Advantages of implementing Microservices

💠 If any production issue happens, the team knows what happened. Therefore, it is easy to understand and diagnose issues since a team consists of 10–12 members and these members are aware of entire service.

💠 Even though it is complex, the service is isolated. So, it is just your service. Therefore, downtime is reduced through fault isolation.

💠 Services are independently scalable.

💠If the development team feels like the implemented language is not doing as expected and the framework is outdates, it is easy to migrate into another language or framework as the service does not have any dependency to other services.

💠 Saves cost as it is on demand and elastic spawning can be applied.

💠 Maintaining communication among team members becomes easy as each team can have either face-to-face communication or across different global area.

💠Restructuring team is easy and a team must include all the expertise in different area of development.

Disadvantages of implementing Microservices

♨️ As we distribute complexity, it is hard to monitor the application. (Because this is not a single application, but multiple services)

♨️ Microservices take some latency to talk to other services.

♨️ It is not easy to test since your service is isolated. It would be really hard to execute integration testing.
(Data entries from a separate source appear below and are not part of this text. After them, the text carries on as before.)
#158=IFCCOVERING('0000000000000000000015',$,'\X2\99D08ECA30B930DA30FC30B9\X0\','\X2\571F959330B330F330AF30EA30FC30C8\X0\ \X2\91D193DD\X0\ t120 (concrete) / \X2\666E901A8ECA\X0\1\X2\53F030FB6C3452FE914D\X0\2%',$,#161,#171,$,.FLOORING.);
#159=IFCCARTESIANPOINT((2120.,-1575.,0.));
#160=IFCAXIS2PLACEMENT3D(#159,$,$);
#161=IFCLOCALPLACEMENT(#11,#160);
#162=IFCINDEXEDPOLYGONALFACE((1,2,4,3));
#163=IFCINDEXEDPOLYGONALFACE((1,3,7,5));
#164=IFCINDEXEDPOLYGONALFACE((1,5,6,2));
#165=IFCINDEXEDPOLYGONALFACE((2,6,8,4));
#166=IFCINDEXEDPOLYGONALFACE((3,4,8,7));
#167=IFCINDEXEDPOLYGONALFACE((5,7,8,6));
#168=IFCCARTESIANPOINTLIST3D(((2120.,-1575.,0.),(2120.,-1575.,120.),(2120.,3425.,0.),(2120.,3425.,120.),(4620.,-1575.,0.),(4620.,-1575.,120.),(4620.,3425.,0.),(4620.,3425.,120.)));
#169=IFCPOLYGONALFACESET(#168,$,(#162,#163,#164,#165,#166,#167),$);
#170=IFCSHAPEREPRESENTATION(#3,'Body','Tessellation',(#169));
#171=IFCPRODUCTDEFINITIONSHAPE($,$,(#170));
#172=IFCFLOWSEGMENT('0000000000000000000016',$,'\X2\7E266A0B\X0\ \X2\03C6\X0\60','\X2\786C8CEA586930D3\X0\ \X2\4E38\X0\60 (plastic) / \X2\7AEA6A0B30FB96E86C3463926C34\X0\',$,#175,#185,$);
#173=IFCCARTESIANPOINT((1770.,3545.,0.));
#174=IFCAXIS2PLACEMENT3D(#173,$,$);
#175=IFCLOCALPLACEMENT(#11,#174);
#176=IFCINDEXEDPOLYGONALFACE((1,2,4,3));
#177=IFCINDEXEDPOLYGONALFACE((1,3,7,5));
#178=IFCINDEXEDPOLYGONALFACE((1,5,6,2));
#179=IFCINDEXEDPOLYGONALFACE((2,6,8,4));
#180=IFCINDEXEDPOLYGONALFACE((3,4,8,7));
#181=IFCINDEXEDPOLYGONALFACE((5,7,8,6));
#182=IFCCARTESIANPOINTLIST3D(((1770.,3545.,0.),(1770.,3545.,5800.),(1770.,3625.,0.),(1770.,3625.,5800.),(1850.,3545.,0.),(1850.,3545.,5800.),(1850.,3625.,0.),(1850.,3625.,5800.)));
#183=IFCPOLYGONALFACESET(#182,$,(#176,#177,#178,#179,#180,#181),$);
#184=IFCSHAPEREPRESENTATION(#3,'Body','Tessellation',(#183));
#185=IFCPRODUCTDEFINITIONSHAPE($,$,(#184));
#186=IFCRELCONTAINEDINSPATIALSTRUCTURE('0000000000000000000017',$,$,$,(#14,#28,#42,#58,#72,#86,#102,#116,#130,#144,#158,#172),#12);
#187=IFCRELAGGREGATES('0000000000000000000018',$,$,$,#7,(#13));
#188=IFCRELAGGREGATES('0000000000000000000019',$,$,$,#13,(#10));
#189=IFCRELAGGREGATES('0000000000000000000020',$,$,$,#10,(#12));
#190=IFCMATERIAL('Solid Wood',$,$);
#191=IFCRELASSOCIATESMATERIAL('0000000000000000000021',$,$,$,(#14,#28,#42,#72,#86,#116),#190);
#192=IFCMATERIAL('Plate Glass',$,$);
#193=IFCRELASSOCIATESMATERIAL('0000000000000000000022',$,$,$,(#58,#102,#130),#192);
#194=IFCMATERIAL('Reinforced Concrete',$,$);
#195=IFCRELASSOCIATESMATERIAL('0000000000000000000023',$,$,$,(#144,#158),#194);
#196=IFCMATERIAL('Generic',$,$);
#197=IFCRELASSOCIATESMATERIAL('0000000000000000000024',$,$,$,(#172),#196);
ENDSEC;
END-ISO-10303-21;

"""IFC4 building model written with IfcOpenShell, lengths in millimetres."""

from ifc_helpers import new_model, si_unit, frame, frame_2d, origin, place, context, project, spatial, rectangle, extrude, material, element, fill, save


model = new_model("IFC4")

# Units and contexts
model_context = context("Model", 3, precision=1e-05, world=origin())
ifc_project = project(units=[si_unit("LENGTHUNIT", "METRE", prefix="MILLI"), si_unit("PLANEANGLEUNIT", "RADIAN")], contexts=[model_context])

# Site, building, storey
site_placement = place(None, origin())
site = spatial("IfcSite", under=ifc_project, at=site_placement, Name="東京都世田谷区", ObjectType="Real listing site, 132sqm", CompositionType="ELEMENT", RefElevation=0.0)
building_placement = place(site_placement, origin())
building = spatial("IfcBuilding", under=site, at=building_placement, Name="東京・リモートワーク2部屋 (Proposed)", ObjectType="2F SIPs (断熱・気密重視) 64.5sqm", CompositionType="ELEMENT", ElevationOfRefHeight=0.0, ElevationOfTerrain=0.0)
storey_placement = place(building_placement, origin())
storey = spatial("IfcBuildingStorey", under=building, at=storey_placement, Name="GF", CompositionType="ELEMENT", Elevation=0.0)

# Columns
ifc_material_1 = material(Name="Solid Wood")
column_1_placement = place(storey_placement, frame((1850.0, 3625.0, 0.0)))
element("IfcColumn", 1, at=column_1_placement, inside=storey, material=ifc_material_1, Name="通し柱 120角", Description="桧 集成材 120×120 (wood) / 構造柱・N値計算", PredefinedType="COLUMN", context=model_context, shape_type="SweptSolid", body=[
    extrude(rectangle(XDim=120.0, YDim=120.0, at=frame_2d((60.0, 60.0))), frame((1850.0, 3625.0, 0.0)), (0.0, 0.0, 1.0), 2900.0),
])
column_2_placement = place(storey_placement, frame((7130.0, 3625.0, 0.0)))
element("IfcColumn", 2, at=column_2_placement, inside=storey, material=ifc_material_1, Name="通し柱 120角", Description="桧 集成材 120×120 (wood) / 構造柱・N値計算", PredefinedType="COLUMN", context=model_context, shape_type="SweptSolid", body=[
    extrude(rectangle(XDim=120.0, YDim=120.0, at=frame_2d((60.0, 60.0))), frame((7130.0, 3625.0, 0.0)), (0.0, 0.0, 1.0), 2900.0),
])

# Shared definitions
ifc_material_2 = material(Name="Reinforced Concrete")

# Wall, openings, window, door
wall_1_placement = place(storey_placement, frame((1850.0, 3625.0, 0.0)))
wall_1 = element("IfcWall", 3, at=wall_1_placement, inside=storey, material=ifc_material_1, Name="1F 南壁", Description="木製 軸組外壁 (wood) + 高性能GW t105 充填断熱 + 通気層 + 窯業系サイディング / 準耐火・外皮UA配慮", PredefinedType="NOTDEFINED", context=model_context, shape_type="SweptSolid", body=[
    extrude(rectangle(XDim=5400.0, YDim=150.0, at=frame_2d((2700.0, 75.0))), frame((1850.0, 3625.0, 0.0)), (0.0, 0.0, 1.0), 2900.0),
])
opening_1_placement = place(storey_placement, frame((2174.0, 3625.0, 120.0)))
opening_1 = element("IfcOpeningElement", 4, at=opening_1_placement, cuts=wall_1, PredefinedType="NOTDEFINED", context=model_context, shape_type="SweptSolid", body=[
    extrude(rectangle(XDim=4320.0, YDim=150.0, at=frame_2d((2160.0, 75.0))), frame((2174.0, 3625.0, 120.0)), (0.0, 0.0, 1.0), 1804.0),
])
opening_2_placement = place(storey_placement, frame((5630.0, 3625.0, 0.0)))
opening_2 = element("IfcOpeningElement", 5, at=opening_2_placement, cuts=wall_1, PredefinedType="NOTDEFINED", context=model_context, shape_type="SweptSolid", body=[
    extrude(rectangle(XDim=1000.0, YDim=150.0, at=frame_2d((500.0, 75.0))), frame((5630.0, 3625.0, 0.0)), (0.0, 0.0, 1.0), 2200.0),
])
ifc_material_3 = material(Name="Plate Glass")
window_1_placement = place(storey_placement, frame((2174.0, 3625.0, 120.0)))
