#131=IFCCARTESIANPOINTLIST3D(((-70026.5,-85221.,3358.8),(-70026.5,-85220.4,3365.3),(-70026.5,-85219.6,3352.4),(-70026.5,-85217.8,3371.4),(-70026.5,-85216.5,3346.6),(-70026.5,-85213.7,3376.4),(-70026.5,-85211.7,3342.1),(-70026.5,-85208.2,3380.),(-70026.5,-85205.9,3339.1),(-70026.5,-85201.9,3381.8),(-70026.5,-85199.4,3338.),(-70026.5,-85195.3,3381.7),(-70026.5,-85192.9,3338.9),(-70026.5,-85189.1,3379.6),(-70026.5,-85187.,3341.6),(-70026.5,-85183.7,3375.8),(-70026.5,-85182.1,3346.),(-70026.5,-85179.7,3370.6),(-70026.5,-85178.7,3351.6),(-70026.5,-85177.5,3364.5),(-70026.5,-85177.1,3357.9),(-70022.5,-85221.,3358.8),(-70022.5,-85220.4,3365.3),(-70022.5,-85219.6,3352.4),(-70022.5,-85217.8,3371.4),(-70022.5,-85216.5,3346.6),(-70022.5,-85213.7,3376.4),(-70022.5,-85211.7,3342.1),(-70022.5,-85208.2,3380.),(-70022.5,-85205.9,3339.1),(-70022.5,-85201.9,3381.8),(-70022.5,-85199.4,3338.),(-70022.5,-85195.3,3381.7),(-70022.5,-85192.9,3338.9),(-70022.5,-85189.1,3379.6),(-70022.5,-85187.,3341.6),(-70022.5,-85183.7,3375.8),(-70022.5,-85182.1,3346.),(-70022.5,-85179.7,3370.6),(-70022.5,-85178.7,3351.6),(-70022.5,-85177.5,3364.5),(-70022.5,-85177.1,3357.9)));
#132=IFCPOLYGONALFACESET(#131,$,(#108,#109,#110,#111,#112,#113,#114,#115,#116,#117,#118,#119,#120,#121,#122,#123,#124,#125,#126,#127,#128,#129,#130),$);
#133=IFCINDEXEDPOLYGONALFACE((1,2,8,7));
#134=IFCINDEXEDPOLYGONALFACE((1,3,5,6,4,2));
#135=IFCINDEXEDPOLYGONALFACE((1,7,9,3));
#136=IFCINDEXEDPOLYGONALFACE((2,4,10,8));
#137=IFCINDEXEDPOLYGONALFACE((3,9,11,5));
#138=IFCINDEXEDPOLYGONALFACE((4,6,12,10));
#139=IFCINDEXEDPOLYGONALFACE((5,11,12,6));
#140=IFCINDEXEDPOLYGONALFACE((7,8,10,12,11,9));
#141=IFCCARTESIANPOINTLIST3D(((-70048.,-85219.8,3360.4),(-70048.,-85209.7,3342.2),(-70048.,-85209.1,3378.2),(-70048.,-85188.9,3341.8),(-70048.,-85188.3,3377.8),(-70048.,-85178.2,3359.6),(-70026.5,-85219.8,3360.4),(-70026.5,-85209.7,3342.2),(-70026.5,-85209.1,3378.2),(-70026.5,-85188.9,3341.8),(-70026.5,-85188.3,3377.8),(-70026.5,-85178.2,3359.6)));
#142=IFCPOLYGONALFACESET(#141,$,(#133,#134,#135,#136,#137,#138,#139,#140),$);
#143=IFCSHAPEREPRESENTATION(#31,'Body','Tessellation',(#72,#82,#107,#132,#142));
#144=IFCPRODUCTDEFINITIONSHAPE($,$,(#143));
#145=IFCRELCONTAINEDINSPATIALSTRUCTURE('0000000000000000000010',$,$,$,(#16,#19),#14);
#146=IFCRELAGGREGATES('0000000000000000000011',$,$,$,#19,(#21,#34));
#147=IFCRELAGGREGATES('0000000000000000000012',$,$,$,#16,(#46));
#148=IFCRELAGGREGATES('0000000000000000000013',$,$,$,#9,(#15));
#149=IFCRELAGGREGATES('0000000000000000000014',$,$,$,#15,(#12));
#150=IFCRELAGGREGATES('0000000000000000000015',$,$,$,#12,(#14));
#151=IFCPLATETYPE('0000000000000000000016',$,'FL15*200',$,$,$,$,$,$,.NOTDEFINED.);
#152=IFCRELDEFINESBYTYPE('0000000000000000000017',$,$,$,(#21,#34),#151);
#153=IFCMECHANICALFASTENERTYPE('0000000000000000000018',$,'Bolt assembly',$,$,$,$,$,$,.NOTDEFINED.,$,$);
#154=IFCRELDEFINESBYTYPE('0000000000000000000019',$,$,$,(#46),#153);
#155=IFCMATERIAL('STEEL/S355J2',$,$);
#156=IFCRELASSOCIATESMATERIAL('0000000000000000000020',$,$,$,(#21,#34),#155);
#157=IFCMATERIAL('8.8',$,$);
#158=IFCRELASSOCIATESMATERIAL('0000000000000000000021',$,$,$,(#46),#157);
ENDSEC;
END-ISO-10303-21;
♨️ Should pay attention to versioning and deployment because the dependent services may affect if you change your version.

Differences between Monolithic and Microservices Applications

Ref: https://images.app.goo.gl/dQtMM7wwKJKWkUwQ7

Microservices Applications

💡 Concept : You build it, You own it!

✹ Services should have a dedicated goal.

✹ Services should be able to scale independently.

✹ Services should be able to maintain by a separate team. And the team has the responsibility to your application.

✹ Services should be able to implemented in any desired language.